EXERCISE AIM
Return the data. Every word must match.

Records from a dataset
####
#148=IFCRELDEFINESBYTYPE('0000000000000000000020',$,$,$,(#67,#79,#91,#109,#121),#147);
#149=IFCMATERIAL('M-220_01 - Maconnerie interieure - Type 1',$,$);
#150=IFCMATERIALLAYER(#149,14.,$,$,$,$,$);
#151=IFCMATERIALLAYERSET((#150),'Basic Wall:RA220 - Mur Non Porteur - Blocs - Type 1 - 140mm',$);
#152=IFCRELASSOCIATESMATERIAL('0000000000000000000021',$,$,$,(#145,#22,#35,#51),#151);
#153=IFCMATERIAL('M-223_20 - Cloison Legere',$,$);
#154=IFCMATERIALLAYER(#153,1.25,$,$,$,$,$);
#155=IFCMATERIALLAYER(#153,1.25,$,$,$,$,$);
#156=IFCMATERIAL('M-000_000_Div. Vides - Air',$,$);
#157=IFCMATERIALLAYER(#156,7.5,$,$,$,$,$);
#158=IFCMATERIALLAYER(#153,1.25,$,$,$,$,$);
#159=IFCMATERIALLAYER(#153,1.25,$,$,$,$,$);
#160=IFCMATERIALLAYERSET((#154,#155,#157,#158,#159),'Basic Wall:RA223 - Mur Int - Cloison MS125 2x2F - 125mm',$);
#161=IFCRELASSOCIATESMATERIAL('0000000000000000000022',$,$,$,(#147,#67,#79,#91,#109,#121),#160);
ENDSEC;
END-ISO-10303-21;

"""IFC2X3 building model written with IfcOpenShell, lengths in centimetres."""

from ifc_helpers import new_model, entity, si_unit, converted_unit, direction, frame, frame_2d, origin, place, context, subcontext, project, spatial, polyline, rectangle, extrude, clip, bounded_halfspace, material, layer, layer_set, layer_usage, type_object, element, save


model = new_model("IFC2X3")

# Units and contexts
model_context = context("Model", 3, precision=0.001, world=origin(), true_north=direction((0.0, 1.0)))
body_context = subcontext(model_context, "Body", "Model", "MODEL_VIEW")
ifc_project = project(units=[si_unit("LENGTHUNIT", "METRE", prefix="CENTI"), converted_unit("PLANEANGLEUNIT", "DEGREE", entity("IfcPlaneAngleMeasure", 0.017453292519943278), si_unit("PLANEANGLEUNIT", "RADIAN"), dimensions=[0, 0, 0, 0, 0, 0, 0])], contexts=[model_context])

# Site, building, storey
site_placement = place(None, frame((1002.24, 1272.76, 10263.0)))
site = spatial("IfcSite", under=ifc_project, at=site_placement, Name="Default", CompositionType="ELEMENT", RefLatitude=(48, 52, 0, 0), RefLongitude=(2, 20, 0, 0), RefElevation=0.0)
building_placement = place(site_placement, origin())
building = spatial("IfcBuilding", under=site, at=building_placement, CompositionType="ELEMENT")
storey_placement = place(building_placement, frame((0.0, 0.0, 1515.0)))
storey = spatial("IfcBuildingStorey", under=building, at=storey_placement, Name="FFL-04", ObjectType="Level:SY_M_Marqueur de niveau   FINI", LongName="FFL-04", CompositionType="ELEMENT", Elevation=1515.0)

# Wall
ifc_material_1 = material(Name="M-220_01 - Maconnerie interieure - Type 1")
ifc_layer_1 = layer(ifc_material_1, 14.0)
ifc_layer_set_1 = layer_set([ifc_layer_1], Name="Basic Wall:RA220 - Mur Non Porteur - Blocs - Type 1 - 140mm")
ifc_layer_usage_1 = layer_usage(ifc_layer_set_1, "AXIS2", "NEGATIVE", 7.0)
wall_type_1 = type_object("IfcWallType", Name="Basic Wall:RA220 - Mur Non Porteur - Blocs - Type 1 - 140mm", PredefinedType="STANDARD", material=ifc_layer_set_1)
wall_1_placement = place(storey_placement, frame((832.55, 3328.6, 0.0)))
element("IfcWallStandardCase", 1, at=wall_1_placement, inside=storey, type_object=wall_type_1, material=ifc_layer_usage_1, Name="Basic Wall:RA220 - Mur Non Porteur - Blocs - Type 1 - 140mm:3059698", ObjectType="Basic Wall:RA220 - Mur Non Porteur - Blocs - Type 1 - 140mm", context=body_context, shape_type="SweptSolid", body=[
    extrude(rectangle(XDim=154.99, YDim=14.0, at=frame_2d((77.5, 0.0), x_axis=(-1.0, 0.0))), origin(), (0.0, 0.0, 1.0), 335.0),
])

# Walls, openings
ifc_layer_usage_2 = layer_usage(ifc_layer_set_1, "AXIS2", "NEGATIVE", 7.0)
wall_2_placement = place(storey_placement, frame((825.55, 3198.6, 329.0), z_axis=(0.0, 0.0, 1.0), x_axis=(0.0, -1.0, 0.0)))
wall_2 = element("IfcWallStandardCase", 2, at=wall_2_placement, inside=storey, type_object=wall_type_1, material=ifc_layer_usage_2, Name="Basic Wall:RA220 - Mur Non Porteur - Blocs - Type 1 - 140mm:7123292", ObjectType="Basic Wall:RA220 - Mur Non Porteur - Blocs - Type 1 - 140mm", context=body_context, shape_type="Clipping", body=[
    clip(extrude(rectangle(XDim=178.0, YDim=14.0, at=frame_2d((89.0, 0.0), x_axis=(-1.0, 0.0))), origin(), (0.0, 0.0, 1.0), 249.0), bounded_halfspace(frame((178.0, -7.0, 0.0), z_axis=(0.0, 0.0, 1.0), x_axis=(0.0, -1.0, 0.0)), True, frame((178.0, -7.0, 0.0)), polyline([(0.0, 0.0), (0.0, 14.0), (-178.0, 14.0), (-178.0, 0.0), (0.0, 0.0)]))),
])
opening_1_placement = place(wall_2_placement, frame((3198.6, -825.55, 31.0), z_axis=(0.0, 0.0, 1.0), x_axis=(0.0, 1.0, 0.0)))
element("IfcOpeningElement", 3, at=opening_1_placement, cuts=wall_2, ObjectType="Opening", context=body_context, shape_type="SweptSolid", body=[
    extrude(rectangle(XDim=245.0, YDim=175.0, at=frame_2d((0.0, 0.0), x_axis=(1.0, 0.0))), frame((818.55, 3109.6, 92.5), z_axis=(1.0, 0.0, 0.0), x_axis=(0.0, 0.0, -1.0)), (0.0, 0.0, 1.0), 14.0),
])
####
OUTPUT OF THE EXERCISE
#148=IFCRELDEFINESBYTYPE('0000000000000000000020',$,$,$,(#67,#79,#91,#109,#121),#147);
#149=IFCMATERIAL('M-220_01 - Maconnerie interieure - Type 1',$,$);
#150=IFCMATERIALLAYER(#149,14.,$,$,$,$,$);
#151=IFCMATERIALLAYERSET((#150),'Basic Wall:RA220 - Mur Non Porteur - Blocs - Type 1 - 140mm',$);
#152=IFCRELASSOCIATESMATERIAL('0000000000000000000021',$,$,$,(#145,#22,#35,#51),#151);
#153=IFCMATERIAL('M-223_20 - Cloison Legere',$,$);
#154=IFCMATERIALLAYER(#153,1.25,$,$,$,$,$);
#155=IFCMATERIALLAYER(#153,1.25,$,$,$,$,$);
#156=IFCMATERIAL('M-000_000_Div. Vides - Air',$,$);
#157=IFCMATERIALLAYER(#156,7.5,$,$,$,$,$);
#158=IFCMATERIALLAYER(#153,1.25,$,$,$,$,$);
#159=IFCMATERIALLAYER(#153,1.25,$,$,$,$,$);
#160=IFCMATERIALLAYERSET((#154,#155,#157,#158,#159),'Basic Wall:RA223 - Mur Int - Cloison MS125 2x2F - 125mm',$);
#161=IFCRELASSOCIATESMATERIAL('0000000000000000000022',$,$,$,(#147,#67,#79,#91,#109,#121),#160);
ENDSEC;
END-ISO-10303-21;

"""IFC2X3 building model written with IfcOpenShell, lengths in centimetres."""

from ifc_helpers import new_model, entity, si_unit, converted_unit, direction, frame, frame_2d, origin, place, context, subcontext, project, spatial, polyline, rectangle, extrude, clip, bounded_halfspace, material, layer, layer_set, layer_usage, type_object, element, save


model = new_model("IFC2X3")

# Units and contexts
model_context = context("Model", 3, precision=0.001, world=origin(), true_north=direction((0.0, 1.0)))
body_context = subcontext(model_context, "Body", "Model", "MODEL_VIEW")
ifc_project = project(units=[si_unit("LENGTHUNIT", "METRE", prefix="CENTI"), converted_unit("PLANEANGLEUNIT", "DEGREE", entity("IfcPlaneAngleMeasure", 0.017453292519943278), si_unit("PLANEANGLEUNIT", "RADIAN"), dimensions=[0, 0, 0, 0, 0, 0, 0])], contexts=[model_context])

# Site, building, storey
site_placement = place(None, frame((1002.24, 1272.76, 10263.0)))
site = spatial("IfcSite", under=ifc_project, at=site_placement, Name="Default", CompositionType="ELEMENT", RefLatitude=(48, 52, 0, 0), RefLongitude=(2, 20, 0, 0), RefElevation=0.0)
building_placement = place(site_placement, origin())
building = spatial("IfcBuilding", under=site, at=building_placement, CompositionType="ELEMENT")
storey_placement = place(building_placement, frame((0.0, 0.0, 1515.0)))
storey = spatial("IfcBuildingStorey", under=building, at=storey_placement, Name="FFL-04", ObjectType="Level:SY_M_Marqueur de niveau   FINI", LongName="FFL-04", CompositionType="ELEMENT", Elevation=1515.0)

# Wall
ifc_material_1 = material(Name="M-220_01 - Maconnerie interieure - Type 1")
ifc_layer_1 = layer(ifc_material_1, 14.0)
ifc_layer_set_1 = layer_set([ifc_layer_1], Name="Basic Wall:RA220 - Mur Non Porteur - Blocs - Type 1 - 140mm")
ifc_layer_usage_1 = layer_usage(ifc_layer_set_1, "AXIS2", "NEGATIVE", 7.0)
wall_type_1 = type_object("IfcWallType", Name="Basic Wall:RA220 - Mur Non Porteur - Blocs - Type 1 - 140mm", PredefinedType="STANDARD", material=ifc_layer_set_1)
wall_1_placement = place(storey_placement, frame((832.55, 3328.6, 0.0)))
element("IfcWallStandardCase", 1, at=wall_1_placement, inside=storey, type_object=wall_type_1, material=ifc_layer_usage_1, Name="Basic Wall:RA220 - Mur Non Porteur - Blocs - Type 1 - 140mm:3059698", ObjectType="Basic Wall:RA220 - Mur Non Porteur - Blocs - Type 1 - 140mm", context=body_context, shape_type="SweptSolid", body=[
    extrude(rectangle(XDim=154.99, YDim=14.0, at=frame_2d((77.5, 0.0), x_axis=(-1.0, 0.0))), origin(), (0.0, 0.0, 1.0), 335.0),
])

# Walls, openings
ifc_layer_usage_2 = layer_usage(ifc_layer_set_1, "AXIS2", "NEGATIVE", 7.0)
wall_2_placement = place(storey_placement, frame((825.55, 3198.6, 329.0), z_axis=(0.0, 0.0, 1.0), x_axis=(0.0, -1.0, 0.0)))
wall_2 = element("IfcWallStandardCase", 2, at=wall_2_placement, inside=storey, type_object=wall_type_1, material=ifc_layer_usage_2, Name="Basic Wall:RA220 - Mur Non Porteur - Blocs - Type 1 - 140mm:7123292", ObjectType="Basic Wall:RA220 - Mur Non Porteur - Blocs - Type 1 - 140mm", context=body_context, shape_type="Clipping", body=[
    clip(extrude(rectangle(XDim=178.0, YDim=14.0, at=frame_2d((89.0, 0.0), x_axis=(-1.0, 0.0))), origin(), (0.0, 0.0, 1.0), 249.0), bounded_halfspace(frame((178.0, -7.0, 0.0), z_axis=(0.0, 0.0, 1.0), x_axis=(0.0, -1.0, 0.0)), True, frame((178.0, -7.0, 0.0)), polyline([(0.0, 0.0), (0.0, 14.0), (-178.0, 14.0), (-178.0, 0.0), (0.0, 0.0)]))),
])
opening_1_placement = place(wall_2_placement, frame((3198.6, -825.55, 31.0), z_axis=(0.0, 0.0, 1.0), x_axis=(0.0, 1.0, 0.0)))
element("IfcOpeningElement", 3, at=opening_1_placement, cuts=wall_2, ObjectType="Opening", context=body_context, shape_type="SweptSolid", body=[
    extrude(rectangle(XDim=245.0, YDim=175.0, at=frame_2d((0.0, 0.0), x_axis=(1.0, 0.0))), frame((818.55, 3109.6, 92.5), z_axis=(1.0, 0.0, 0.0), x_axis=(0.0, 0.0, -1.0)), (0.0, 0.0, 1.0), 14.0),
])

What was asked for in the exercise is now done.